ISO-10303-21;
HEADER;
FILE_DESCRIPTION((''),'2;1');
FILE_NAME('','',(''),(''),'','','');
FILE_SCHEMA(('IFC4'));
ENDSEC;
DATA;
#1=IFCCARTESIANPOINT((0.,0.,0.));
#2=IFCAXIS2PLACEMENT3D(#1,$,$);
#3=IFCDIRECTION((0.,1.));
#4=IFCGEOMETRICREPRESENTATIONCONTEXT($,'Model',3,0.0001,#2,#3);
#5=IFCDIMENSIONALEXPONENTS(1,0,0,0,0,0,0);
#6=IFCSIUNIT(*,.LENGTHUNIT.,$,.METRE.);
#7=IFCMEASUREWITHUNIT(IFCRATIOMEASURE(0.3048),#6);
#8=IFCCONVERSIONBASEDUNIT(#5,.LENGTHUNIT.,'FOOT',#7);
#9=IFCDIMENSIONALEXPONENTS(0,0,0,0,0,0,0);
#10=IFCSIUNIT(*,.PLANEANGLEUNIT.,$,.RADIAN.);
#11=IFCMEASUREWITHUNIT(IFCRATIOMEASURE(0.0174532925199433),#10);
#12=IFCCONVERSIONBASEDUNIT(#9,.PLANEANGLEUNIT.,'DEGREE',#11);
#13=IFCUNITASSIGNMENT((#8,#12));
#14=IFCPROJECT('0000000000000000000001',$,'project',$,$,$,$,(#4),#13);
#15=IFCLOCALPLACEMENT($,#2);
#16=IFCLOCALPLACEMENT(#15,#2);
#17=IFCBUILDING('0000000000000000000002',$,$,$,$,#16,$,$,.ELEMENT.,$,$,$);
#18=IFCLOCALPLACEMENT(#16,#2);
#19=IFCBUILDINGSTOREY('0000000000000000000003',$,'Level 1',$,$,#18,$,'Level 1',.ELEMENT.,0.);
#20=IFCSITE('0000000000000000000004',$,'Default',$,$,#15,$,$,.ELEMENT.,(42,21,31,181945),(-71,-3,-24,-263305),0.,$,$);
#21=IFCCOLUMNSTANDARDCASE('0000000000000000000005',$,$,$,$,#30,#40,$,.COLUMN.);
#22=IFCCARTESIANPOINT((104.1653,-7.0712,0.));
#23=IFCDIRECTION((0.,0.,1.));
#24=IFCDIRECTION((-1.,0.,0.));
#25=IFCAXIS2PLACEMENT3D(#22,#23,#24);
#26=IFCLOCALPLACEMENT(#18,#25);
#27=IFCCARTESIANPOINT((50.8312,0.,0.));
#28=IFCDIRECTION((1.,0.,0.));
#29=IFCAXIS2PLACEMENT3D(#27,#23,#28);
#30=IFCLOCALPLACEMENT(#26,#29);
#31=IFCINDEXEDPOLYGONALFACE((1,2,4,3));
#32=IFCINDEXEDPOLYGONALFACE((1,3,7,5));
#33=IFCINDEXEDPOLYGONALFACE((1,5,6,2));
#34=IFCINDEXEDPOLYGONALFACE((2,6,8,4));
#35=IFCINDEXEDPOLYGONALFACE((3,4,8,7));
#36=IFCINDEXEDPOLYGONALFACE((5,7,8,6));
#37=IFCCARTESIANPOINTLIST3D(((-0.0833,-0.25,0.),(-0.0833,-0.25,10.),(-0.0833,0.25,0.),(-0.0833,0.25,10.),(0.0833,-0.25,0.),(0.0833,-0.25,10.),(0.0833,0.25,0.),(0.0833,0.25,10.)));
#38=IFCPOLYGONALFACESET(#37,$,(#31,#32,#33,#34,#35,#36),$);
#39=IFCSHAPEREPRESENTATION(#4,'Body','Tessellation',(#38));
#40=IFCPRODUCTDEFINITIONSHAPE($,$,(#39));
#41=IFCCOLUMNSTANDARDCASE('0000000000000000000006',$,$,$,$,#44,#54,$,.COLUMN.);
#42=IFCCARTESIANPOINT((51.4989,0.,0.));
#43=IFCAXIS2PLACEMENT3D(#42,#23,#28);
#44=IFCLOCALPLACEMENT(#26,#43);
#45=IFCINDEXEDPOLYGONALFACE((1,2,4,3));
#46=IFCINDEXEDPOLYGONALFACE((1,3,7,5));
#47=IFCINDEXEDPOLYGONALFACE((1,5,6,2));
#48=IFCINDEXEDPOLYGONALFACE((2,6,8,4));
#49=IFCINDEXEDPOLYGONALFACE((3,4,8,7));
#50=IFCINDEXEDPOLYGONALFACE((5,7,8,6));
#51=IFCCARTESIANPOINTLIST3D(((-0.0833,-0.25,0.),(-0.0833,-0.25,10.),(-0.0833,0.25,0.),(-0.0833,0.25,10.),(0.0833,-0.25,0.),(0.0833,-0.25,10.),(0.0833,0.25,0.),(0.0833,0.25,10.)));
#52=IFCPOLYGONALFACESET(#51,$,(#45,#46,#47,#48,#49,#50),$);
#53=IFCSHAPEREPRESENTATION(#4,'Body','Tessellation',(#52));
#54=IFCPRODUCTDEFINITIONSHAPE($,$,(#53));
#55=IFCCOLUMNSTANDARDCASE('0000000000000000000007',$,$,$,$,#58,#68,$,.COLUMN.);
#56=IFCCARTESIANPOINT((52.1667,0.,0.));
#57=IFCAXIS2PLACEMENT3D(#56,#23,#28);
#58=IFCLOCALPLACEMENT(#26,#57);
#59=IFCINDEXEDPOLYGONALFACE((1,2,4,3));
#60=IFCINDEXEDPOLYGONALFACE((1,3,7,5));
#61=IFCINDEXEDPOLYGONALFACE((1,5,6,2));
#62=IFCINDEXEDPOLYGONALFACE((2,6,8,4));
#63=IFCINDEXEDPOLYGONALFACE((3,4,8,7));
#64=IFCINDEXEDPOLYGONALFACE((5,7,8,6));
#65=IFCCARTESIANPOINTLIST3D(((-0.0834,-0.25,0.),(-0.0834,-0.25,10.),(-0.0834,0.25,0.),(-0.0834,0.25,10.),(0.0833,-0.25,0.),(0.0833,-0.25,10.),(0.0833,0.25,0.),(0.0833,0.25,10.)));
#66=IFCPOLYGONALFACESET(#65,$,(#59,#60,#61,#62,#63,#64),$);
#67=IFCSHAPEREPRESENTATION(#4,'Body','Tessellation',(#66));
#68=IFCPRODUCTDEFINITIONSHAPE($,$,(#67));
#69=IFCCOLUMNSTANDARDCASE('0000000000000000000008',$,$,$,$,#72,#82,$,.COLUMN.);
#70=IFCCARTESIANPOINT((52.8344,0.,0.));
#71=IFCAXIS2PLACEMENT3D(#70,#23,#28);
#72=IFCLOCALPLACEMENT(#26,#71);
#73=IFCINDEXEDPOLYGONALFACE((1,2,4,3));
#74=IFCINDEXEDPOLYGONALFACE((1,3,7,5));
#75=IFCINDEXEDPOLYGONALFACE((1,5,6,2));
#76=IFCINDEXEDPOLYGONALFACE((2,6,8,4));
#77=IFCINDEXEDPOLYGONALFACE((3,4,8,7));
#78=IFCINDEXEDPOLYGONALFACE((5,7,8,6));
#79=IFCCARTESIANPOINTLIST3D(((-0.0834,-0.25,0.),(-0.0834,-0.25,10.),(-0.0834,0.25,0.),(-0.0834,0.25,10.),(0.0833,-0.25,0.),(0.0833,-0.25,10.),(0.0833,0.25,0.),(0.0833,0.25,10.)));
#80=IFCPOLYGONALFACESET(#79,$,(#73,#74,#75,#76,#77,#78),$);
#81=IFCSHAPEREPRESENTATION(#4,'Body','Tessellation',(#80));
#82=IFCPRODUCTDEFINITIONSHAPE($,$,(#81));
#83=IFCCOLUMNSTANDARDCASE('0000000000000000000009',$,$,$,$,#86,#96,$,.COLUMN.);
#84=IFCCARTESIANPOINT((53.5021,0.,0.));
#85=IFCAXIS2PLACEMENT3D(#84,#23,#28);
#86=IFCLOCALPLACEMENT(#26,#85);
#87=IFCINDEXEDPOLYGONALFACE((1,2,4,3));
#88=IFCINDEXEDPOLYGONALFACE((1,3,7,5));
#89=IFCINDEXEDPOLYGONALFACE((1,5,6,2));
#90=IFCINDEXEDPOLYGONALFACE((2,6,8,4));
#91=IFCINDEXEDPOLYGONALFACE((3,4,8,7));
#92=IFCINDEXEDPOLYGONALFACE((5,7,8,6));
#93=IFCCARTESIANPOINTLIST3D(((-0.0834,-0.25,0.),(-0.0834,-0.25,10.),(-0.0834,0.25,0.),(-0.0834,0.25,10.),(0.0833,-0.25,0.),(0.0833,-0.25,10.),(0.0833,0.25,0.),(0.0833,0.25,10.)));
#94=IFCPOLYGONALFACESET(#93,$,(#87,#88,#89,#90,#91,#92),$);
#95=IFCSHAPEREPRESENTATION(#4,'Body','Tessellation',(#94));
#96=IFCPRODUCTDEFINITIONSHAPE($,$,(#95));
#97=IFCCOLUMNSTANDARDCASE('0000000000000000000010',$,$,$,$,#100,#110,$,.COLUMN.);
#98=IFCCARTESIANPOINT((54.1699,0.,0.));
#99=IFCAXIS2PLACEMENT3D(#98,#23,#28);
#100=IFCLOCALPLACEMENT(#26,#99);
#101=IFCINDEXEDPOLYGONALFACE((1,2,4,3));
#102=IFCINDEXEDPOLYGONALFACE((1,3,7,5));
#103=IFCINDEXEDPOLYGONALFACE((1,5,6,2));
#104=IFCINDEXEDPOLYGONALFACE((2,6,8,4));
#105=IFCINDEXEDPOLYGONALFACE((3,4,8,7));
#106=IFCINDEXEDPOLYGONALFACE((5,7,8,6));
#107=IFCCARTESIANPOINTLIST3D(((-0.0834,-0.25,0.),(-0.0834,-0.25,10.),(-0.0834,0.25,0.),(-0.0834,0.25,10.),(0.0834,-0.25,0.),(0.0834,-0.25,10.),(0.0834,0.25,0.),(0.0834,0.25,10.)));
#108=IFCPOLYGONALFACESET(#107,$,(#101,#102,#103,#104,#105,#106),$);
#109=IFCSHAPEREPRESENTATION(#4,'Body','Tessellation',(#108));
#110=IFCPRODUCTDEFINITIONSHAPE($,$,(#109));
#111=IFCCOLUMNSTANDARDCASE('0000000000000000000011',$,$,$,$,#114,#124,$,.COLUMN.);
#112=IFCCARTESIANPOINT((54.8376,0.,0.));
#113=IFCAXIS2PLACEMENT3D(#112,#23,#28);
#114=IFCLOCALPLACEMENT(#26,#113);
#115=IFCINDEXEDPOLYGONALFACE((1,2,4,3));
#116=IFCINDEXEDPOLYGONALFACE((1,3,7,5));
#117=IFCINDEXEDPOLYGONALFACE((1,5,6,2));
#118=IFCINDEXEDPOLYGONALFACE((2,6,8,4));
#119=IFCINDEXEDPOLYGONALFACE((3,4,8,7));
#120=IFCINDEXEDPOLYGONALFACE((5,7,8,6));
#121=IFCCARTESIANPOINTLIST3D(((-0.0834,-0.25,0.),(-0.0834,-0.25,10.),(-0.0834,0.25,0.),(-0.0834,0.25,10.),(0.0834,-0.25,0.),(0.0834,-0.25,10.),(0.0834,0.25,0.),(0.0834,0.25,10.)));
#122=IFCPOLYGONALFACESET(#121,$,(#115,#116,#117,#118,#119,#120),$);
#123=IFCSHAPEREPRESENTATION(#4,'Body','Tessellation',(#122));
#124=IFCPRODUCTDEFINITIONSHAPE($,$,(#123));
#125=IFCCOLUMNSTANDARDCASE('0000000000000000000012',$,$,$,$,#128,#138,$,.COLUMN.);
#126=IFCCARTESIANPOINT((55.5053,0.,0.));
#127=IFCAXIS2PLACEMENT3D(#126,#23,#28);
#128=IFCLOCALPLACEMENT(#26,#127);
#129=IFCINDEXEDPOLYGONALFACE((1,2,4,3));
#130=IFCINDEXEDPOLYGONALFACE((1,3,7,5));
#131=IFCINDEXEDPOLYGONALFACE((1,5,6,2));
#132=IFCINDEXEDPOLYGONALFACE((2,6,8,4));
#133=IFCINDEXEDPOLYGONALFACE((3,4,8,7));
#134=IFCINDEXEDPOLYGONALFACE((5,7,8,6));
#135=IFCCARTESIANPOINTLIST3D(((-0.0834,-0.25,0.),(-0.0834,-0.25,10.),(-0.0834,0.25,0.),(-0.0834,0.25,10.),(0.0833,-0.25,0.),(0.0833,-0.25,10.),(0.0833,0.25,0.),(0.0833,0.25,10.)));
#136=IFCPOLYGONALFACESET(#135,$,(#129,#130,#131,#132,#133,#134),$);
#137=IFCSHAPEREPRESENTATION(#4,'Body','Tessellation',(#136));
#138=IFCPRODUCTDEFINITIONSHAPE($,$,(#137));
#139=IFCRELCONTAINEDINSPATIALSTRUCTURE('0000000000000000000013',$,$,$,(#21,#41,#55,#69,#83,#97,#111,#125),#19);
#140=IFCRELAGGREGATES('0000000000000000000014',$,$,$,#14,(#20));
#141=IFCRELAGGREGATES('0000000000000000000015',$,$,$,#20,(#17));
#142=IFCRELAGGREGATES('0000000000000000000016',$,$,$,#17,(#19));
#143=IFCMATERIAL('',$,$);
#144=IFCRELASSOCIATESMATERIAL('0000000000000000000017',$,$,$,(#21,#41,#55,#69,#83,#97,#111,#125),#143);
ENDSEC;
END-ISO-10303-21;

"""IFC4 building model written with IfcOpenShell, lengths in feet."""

from ifc_helpers import new_model, entity, si_unit, converted_unit, direction, frame, origin, place, context, project, spatial, rectangle, extrude, material, element, save


model = new_model("IFC4")

# Units and contexts
model_context = context("Model", 3, precision=0.0001, world=origin(), true_north=direction((0.0, 1.0)))
ifc_project = project(units=[converted_unit("LENGTHUNIT", "FOOT", entity("IfcRatioMeasure", 0.3048), si_unit("LENGTHUNIT", "METRE"), dimensions=[1, 0, 0, 0, 0, 0, 0]), converted_unit("PLANEANGLEUNIT", "DEGREE", entity("IfcRatioMeasure", 0.0174532925199433), si_unit("PLANEANGLEUNIT", "RADIAN"), dimensions=[0, 0, 0, 0, 0, 0, 0])], contexts=[model_context])

# Site, building, storey
site_placement = place(None, origin())
site = spatial("IfcSite", under=ifc_project, at=site_placement, Name="Default", CompositionType="ELEMENT", RefLatitude=(42, 21, 31, 181945), RefLongitude=(-71, -3, -24, -263305), RefElevation=0.0)
building_placement = place(site_placement, origin())
building = spatial("IfcBuilding", under=site, at=building_placement, CompositionType="ELEMENT")
storey_placement = place(building_placement, origin())
storey = spatial("IfcBuildingStorey", under=building, at=storey_placement, Name="Level 1", LongName="Level 1", CompositionType="ELEMENT", Elevation=0.0)

# Columns
ifc_material_1 = material(Name="")
placement_1 = place(storey_placement, frame((104.1653, -7.0712, 0.0), z_axis=(0.0, 0.0, 1.0), x_axis=(-1.0, 0.0, 0.0)))
for number, where, z_axis, x_axis in (
    (1, (50.8312, 0.0, 0.0), (0.0, 0.0, 1.0), (1.0, 0.0, 0.0)),
    (2, (51.4989, 0.0, 0.0), (0.0, 0.0, 1.0), (1.0, 0.0, 0.0)),
    (3, (52.1667, 0.0, 0.0), (0.0, 0.0, 1.0), (1.0, 0.0, 0.0)),
    (4, (52.8344, 0.0, 0.0), (0.0, 0.0, 1.0), (1.0, 0.0, 0.0)),
    (5, (53.5021, 0.0, 0.0), (0.0, 0.0, 1.0), (1.0, 0.0, 0.0)),
    (6, (54.1699, 0.0, 0.0), (0.0, 0.0, 1.0), (1.0, 0.0, 0.0)),
    (7, (54.8376, 0.0, 0.0), (0.0, 0.0, 1.0), (1.0, 0.0, 0.0)),
    (8, (55.5053, 0.0, 0.0), (0.0, 0.0, 1.0), (1.0, 0.0, 0.0)),
):
    element("IfcColumnStandardCase", number, at=place(placement_1, frame(where, z_axis=z_axis, x_axis=x_axis)), inside=storey, material=ifc_material_1, PredefinedType="COLUMN", context=model_context, shape_type="SweptSolid", body=[
        extrude(rectangle(XDim=0.1667, YDim=0.5), origin(), (0.0, 0.0, 1.0), 10.0),
    ])

save(model, "model.ifc")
* * * * *
Exercise goal: The entries above hold a line with "#142=IFCRELAGGREGATES('0000000000000000000016',$,$,$,#17,(#19));" and a later line with "END-ISO-10303-21;". Write out exactly those lines and all lines between, nothing more.

Exercise response:
#142=IFCRELAGGREGATES('0000000000000000000016',$,$,$,#17,(#19));
#143=IFCMATERIAL('',$,$);
#144=IFCRELASSOCIATESMATERIAL('0000000000000000000017',$,$,$,(#21,#41,#55,#69,#83,#97,#111,#125),#143);
ENDSEC;
END-ISO-10303-21;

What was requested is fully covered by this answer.